Не воображай меня, однако, слишком жалким. К моей скуке я умел примешать разнообразие, распределил часы; скучаю попеременно то с лугатом персидским, за который не принимался с сентября, то с деловыми бездельями, то в разговорах с товарищами. Веселость утрачена, не пишу стихов, может и творились бы, да читать некому, сотруженики не русские. О любезном моем фортепьяно, где оно, я совершенно неизвестен. Книги, посланные мною из Петербурга тем же путем, теряются. Довольно о себе. Вы как? Что происходит в вашем ученом и неученом мире? В мое время, если бы возможность была массу сведений наших литераторов, академиков, студиозов и профессоров разделить поровну нашим людям с талантом, вряд ли бы на каждого пришлось по стольку, чем Ланкастер учит: читать и писать, и то плохо. Ты не в счету. Играют ли твою «Андромаху»? Напечатана ли? Как ее достать? Коли не ex dono Auctoris*, намекни по крайней мере, куда отнестись? Да во всяком случае пиши ко мне. Сколько я удовольствия лишаюсь от лени! Если бы любезные мне люди от меня имели письма, верно бы отвечали. По крайней мере я люблю нежиться этим воображением.

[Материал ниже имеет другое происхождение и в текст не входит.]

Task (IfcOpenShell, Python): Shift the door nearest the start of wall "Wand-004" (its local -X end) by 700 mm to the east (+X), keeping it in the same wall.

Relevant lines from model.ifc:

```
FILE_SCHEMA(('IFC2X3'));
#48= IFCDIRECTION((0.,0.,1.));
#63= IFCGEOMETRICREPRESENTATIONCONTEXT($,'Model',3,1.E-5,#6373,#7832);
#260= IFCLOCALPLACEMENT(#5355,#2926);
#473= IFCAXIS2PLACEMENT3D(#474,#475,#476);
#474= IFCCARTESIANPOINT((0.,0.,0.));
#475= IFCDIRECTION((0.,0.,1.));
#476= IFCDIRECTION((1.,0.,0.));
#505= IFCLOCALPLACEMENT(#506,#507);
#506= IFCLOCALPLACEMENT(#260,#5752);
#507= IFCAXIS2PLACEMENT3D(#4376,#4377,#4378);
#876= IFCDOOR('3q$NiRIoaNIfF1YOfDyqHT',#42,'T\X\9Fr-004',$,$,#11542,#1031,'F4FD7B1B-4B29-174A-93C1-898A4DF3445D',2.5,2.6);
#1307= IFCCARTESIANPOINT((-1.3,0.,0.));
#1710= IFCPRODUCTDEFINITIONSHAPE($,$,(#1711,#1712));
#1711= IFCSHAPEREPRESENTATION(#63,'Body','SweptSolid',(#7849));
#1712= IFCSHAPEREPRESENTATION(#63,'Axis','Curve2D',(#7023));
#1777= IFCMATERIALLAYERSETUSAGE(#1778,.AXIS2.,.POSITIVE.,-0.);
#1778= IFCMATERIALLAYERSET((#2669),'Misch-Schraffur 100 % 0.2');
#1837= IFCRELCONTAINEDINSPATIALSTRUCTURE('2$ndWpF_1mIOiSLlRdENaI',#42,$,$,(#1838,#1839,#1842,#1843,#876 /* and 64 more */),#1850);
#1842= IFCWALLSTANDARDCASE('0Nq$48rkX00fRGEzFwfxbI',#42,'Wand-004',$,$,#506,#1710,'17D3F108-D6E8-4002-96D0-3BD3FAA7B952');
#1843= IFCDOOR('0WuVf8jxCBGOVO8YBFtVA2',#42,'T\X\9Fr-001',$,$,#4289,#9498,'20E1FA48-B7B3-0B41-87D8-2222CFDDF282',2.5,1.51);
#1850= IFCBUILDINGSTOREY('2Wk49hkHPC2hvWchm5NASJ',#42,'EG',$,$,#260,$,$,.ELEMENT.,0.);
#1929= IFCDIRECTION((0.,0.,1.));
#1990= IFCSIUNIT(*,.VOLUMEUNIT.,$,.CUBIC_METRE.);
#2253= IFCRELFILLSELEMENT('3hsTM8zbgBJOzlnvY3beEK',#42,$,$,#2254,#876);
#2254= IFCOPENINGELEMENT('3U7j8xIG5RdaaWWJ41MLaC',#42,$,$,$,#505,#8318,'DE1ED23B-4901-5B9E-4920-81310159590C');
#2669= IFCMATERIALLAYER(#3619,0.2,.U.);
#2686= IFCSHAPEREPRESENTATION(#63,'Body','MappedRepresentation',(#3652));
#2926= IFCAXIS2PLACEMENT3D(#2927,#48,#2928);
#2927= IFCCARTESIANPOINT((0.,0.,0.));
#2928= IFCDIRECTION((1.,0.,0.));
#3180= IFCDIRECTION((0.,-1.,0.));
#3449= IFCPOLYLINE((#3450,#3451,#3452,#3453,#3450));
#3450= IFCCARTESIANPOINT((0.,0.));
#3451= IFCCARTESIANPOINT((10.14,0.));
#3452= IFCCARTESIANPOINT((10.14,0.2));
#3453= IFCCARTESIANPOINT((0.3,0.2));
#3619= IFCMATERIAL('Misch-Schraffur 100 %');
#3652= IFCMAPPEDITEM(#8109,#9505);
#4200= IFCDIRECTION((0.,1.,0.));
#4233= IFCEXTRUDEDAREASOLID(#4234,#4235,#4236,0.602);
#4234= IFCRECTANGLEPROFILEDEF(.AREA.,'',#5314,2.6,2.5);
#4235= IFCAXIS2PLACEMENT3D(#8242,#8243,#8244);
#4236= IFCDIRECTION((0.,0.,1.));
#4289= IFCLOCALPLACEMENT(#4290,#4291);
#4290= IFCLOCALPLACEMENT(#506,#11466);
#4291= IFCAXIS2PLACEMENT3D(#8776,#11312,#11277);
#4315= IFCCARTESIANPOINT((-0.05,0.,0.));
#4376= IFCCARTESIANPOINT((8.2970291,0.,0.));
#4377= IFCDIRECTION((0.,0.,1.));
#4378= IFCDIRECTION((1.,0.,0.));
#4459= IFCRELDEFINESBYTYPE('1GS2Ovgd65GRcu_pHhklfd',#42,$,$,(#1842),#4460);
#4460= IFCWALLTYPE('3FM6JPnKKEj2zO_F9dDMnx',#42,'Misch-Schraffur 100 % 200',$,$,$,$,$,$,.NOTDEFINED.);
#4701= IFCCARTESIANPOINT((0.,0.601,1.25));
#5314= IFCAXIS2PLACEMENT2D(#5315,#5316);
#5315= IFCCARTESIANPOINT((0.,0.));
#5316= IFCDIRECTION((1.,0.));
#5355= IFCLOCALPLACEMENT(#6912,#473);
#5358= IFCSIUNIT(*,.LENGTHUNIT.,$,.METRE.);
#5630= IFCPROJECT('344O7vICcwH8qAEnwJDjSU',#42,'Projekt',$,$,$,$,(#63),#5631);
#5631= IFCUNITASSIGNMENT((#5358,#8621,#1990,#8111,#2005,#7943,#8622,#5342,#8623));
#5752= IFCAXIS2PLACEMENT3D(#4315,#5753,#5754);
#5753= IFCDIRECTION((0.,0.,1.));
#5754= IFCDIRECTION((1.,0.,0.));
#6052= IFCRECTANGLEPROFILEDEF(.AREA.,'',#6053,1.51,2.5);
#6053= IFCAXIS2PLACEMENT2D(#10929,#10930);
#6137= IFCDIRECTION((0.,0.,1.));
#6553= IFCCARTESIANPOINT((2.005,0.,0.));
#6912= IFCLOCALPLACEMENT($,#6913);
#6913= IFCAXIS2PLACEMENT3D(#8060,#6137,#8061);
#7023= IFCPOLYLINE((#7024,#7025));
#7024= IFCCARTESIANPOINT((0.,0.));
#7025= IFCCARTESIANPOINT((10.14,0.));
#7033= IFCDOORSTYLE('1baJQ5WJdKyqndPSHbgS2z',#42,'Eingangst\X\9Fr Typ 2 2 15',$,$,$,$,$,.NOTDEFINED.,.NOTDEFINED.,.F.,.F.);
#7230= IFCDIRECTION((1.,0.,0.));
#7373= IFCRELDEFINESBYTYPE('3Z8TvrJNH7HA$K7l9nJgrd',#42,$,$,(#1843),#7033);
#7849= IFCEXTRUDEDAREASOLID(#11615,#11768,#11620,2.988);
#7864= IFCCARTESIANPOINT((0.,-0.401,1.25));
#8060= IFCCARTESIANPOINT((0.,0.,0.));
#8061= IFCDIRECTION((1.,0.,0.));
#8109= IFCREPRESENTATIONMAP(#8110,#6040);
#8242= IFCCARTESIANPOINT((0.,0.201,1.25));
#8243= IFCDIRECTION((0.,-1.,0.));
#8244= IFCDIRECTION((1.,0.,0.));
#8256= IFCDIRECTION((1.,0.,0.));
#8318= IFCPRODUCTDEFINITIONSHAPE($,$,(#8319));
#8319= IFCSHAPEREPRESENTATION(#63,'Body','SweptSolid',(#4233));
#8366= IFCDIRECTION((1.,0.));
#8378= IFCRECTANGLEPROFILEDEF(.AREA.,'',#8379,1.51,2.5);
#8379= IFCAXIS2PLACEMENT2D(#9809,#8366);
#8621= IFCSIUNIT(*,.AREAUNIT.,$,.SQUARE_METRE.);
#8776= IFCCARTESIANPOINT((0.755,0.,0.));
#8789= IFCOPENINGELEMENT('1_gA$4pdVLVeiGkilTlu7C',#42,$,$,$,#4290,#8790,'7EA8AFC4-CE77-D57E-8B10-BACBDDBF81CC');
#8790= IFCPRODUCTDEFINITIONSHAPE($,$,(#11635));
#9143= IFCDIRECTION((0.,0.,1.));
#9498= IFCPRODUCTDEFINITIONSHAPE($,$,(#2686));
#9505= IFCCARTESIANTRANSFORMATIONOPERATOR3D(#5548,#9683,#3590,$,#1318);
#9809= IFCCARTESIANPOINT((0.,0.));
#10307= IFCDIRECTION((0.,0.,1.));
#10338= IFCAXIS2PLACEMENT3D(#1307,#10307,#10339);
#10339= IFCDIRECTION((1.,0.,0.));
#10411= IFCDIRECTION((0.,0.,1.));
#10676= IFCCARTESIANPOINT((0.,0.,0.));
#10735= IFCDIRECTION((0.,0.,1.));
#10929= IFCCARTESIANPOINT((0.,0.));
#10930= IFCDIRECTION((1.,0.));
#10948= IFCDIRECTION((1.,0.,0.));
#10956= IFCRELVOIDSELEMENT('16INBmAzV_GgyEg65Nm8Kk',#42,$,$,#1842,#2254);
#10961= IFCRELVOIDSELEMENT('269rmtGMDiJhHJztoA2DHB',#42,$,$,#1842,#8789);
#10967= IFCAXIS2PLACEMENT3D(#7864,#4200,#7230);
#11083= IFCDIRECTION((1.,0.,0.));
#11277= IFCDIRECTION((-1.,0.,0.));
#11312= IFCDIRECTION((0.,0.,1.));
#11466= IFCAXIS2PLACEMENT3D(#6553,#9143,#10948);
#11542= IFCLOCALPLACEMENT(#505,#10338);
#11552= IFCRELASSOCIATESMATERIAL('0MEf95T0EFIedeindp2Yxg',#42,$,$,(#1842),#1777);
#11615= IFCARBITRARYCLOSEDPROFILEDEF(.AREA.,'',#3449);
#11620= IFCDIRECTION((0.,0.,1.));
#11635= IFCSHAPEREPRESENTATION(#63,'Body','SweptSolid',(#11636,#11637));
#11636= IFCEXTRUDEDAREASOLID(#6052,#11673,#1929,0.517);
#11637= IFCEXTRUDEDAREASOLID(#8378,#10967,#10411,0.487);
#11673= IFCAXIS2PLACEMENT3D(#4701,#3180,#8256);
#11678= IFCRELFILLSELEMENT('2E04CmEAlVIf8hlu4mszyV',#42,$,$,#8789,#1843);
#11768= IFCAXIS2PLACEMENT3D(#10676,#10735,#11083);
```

```python
import ifcopenshell
import ifcopenshell.api.geometry
import ifcopenshell.util.placement
import ifcopenshell.util.unit

model = ifcopenshell.open("model.ifc")
unit_scale = ifcopenshell.util.unit.calculate_unit_scale(model)

door = model.by_guid("0WuVf8jxCBGOVO8YBFtVA2")
opening = door.FillsVoids[0].RelatingOpeningElement
wall = opening.VoidsElements[0].RelatingBuildingElement

wall_matrix = ifcopenshell.util.placement.get_local_placement(wall.ObjectPlacement)
shift = wall_matrix[:3, 0] * 0.7 / unit_scale
before = ifcopenshell.util.placement.get_local_placement(door.ObjectPlacement)[:3, 3].copy()

# The door is placed relative to its opening, so it follows when the opening moves.
matrix = ifcopenshell.util.placement.get_local_placement(opening.ObjectPlacement)
matrix[:3, 3] += shift
ifcopenshell.api.geometry.edit_object_placement(
    model, product=opening, matrix=matrix, is_si=False, should_transform_children=True
)

after = ifcopenshell.util.placement.get_local_placement(door.ObjectPlacement)[:3, 3]
print("door moved by", (after - before).round(3) + 0.0)

model.write("model_edited.ifc")
```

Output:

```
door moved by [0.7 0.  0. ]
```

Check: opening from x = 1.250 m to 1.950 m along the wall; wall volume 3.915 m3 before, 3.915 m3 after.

Князю почтенному6 низко поклонись за отсутствующего. Не могу довольно порадоваться, что и он в числе тех, которые хотят, не хотят, а должны меня помнить. Часто бывали вместе. Славный человек! Кроткий, ласковый нрав, приятный ум, статура его, чтенье, сочинения, горячность в спорах об стопах и рифме, наш ценсор всегдашний, и сам под ценсурою у Катерины Ивановны7... Не поверишь, как память обо всем этом мне весела в одиночестве! Жандрик мой как живет? в 1820-м году прежним ли святым молится? Об Чепягове ты мне писал. Скажи, кто бы думал, что его в чем ни есть Иону достанется заменить? Однако охота была нашему прозорливому другу петь свою феогонию8 такому человеку, который богов знать не хочет? Чепягов и Чебышев! Не знаю, почему при этих схожих именах мне пришли два другие: Гейнзиус и Гревиус9!
Прощай, дружески тебя обнимаю, крепко. Мой Шерасмин10 свидетельствует свое почтение...
Из всего надо пользу получать, и ты из моего письма научись чему-нибудь. Вот тебе арабский стих:
Шаруль-бело из кана ла садык. *
NB. C'est un peu de l'instruction de la veille, car je ne sais pas encore un mot d'Arabe, aussi vous n'aurez pas le vers traduit. **
Сноски
* в подарок от автора.(лат.).
* Худшая из стран — место, где нет друга.(араб.)
** Это немножко вчерашней учености; так как я еще не знаю ни слова по-арабски, то и вы не получите стиха в переводе(фр.).